+++ Source data

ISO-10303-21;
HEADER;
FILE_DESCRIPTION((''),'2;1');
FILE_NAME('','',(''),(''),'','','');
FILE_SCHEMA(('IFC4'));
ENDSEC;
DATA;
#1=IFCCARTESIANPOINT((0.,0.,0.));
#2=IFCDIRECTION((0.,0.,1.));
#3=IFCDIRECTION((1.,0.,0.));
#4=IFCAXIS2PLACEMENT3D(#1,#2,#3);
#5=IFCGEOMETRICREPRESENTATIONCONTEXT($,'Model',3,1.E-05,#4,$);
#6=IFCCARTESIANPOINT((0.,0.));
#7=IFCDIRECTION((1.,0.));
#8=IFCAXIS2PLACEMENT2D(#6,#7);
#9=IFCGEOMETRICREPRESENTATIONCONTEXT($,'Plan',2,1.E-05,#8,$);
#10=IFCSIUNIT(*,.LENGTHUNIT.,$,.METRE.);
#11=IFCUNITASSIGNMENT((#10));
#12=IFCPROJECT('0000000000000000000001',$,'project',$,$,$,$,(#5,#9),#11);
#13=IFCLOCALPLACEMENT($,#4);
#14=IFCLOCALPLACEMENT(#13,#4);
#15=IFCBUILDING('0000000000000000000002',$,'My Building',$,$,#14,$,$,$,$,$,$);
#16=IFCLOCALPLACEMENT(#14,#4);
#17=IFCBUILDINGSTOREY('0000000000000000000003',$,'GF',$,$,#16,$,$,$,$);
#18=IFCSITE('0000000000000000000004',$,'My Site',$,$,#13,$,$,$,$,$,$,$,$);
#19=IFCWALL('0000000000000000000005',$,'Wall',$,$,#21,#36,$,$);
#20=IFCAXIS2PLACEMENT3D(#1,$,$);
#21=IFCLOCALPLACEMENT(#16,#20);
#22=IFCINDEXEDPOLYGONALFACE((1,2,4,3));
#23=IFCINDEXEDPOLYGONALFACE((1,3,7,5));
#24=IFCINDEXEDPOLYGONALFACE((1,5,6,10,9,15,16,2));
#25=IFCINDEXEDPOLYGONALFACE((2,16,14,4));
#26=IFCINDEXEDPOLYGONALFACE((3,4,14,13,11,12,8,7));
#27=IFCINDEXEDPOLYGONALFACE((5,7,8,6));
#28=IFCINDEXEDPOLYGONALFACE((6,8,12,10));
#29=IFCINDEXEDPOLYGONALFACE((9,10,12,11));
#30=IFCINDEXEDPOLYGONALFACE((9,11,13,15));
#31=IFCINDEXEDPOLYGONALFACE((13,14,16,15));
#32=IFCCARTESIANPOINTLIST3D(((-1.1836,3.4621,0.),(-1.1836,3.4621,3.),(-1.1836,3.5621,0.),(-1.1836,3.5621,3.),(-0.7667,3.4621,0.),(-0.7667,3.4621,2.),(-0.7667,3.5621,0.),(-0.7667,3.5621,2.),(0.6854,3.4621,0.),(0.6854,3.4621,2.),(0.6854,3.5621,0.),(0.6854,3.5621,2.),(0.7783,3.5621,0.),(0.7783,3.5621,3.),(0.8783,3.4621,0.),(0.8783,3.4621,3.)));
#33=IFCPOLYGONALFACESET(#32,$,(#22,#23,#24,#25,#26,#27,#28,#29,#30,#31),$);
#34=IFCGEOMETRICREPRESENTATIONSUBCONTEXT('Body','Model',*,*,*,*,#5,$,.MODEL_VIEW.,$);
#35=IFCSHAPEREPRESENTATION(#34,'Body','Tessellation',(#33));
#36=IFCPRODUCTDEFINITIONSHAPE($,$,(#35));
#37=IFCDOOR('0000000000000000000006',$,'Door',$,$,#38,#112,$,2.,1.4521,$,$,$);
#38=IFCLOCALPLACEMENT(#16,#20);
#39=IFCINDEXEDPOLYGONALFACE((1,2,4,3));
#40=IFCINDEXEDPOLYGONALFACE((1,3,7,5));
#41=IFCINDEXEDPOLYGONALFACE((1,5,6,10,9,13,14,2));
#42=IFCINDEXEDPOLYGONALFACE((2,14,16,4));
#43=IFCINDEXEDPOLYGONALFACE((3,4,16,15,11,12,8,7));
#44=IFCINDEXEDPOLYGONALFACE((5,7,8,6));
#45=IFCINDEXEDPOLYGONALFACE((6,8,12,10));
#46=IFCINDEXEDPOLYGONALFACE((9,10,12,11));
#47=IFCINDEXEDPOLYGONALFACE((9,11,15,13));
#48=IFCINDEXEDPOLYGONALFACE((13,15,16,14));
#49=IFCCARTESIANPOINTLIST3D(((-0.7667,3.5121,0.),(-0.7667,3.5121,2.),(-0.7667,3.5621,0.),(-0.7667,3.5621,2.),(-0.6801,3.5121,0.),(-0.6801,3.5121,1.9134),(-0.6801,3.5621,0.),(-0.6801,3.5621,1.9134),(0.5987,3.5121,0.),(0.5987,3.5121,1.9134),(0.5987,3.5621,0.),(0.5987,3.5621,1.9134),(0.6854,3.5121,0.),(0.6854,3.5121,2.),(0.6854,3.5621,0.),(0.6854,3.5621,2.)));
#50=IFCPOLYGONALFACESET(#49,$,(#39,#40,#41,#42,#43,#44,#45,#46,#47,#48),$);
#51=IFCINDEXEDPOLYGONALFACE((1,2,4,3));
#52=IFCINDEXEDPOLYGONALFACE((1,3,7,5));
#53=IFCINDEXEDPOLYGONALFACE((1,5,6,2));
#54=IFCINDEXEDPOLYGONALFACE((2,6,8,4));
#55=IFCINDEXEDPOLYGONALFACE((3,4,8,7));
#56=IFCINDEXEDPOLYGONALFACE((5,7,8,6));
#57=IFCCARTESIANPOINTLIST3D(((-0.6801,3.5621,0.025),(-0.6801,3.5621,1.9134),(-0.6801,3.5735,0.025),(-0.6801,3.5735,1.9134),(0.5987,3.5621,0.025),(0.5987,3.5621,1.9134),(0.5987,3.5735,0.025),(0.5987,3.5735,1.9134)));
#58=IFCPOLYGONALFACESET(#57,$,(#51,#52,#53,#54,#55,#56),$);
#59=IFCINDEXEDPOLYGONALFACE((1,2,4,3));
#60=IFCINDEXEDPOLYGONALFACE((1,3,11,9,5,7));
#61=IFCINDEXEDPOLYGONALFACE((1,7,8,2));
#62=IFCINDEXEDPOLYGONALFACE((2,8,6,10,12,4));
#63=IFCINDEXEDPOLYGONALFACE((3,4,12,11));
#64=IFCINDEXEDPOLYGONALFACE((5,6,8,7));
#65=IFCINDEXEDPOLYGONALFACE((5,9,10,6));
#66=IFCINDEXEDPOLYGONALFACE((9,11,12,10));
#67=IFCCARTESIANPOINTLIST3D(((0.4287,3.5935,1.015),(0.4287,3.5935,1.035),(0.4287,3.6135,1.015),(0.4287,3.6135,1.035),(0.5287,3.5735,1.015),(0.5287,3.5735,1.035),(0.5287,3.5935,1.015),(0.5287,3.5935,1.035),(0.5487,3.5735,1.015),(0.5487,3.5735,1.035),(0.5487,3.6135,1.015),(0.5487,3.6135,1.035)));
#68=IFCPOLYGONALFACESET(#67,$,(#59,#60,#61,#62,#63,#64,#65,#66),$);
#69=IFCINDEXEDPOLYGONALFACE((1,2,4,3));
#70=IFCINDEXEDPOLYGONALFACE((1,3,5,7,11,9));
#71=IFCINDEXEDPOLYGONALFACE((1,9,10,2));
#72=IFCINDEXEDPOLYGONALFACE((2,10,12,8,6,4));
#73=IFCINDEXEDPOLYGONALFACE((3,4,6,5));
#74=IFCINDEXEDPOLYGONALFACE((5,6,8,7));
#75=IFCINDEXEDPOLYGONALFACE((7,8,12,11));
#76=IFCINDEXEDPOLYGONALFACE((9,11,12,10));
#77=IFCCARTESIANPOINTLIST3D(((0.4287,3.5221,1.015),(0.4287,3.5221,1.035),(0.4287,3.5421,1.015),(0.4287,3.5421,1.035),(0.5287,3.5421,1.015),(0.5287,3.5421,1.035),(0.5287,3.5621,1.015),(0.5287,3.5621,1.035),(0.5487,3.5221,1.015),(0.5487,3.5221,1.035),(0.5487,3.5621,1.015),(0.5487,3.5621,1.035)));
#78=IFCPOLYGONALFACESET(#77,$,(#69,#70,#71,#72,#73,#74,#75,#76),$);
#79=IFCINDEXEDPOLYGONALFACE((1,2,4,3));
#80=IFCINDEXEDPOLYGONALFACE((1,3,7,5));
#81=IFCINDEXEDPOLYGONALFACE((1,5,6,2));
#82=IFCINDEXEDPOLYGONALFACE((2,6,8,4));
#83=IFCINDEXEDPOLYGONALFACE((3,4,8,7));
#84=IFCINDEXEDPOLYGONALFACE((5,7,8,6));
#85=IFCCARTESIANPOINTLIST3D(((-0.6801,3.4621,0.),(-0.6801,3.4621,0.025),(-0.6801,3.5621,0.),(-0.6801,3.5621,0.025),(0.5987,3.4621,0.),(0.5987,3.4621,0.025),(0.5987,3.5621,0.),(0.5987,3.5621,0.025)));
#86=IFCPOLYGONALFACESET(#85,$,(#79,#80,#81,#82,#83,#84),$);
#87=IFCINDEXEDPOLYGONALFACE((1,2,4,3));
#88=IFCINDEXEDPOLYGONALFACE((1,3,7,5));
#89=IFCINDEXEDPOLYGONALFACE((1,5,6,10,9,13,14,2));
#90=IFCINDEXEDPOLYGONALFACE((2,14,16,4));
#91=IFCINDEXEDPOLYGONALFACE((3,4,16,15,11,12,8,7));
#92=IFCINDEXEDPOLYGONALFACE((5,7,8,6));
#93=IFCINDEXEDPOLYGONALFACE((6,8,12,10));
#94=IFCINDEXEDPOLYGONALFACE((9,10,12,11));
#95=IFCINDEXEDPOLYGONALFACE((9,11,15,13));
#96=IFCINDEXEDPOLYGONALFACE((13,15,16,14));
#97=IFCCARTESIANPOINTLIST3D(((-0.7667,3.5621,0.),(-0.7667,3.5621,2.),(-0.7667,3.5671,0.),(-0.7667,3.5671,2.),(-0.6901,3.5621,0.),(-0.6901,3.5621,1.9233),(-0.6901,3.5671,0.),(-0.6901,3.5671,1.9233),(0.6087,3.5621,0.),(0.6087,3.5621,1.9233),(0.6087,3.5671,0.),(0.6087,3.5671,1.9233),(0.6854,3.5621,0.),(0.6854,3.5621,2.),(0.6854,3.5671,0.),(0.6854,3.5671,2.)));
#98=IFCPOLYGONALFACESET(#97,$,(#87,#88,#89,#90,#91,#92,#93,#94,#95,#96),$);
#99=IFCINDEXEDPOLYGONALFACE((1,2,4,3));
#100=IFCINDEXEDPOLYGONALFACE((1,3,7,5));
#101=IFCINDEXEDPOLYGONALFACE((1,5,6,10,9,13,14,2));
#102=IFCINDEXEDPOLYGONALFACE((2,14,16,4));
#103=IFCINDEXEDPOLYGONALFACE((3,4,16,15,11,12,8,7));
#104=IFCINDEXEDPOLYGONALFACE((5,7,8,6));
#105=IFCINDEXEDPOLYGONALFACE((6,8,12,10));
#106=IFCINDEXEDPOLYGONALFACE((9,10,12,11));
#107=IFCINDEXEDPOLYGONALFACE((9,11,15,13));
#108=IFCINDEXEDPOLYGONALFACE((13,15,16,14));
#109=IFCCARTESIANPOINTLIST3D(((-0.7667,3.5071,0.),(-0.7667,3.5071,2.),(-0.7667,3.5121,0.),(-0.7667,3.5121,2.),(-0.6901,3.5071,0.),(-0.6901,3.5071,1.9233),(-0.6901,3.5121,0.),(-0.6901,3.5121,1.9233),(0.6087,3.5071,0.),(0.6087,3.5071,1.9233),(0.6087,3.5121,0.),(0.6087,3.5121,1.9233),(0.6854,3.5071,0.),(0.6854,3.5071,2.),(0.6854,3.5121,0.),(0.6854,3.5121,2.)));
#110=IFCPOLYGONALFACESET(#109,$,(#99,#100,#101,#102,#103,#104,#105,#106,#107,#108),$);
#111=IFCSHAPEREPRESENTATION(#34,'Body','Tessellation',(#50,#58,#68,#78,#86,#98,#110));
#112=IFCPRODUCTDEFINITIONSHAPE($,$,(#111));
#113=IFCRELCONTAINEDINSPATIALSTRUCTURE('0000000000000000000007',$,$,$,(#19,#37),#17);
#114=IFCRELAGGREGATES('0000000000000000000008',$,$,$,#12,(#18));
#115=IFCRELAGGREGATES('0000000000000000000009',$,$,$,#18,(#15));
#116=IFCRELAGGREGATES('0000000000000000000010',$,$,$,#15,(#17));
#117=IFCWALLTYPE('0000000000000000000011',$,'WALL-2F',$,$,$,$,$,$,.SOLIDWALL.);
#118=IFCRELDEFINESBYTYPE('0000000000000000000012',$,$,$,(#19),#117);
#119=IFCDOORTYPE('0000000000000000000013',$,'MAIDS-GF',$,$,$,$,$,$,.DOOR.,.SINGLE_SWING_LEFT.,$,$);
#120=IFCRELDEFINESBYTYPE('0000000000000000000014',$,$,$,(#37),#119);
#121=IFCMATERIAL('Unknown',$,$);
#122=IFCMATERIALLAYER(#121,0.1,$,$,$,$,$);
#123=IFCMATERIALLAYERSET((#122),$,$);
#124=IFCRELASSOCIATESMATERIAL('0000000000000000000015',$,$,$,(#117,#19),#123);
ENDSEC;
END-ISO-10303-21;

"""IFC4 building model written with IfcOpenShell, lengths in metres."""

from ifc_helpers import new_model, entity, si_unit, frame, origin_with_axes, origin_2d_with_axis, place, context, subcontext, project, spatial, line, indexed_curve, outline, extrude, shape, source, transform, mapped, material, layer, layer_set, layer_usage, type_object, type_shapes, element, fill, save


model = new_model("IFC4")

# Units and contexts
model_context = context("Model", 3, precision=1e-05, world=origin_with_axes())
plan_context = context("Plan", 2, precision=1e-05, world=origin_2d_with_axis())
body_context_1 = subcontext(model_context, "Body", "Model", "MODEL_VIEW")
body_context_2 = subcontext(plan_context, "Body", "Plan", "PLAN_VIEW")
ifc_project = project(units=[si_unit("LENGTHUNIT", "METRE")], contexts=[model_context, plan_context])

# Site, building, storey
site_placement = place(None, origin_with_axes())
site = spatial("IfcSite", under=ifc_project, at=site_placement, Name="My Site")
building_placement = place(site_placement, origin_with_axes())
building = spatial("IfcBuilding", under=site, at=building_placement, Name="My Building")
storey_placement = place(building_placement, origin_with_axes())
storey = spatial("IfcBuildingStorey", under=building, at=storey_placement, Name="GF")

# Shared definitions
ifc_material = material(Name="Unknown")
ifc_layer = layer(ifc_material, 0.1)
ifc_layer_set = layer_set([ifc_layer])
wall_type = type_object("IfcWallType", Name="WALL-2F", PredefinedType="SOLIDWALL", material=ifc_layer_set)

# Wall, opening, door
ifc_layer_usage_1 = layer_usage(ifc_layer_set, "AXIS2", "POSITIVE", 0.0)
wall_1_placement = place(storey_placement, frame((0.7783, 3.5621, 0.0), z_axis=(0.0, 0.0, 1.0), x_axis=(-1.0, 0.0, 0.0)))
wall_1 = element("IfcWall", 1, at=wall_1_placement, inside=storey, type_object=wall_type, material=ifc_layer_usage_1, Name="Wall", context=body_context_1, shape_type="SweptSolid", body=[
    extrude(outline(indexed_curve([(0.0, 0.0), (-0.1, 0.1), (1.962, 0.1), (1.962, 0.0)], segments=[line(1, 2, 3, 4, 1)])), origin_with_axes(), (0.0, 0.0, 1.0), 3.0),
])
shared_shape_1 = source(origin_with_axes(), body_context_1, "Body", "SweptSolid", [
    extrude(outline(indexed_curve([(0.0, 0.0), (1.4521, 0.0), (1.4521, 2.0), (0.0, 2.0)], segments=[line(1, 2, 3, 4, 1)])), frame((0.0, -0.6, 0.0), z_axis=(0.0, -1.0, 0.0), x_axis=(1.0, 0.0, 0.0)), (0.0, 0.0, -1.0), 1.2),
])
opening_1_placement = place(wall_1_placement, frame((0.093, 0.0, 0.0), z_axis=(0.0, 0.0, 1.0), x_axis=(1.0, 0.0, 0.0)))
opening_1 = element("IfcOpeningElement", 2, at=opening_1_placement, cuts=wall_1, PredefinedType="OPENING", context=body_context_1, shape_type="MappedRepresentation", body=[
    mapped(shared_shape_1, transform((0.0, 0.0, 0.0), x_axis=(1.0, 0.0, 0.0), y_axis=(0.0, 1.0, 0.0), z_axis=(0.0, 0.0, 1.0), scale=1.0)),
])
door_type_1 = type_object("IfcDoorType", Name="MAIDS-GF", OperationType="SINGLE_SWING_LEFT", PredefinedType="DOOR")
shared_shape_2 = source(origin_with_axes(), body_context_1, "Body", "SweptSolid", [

++++++

*Work task*
Say how many lines of the data include the word "IFCDIRECTION". Nothing other than the number should be given.

*Written solution*
3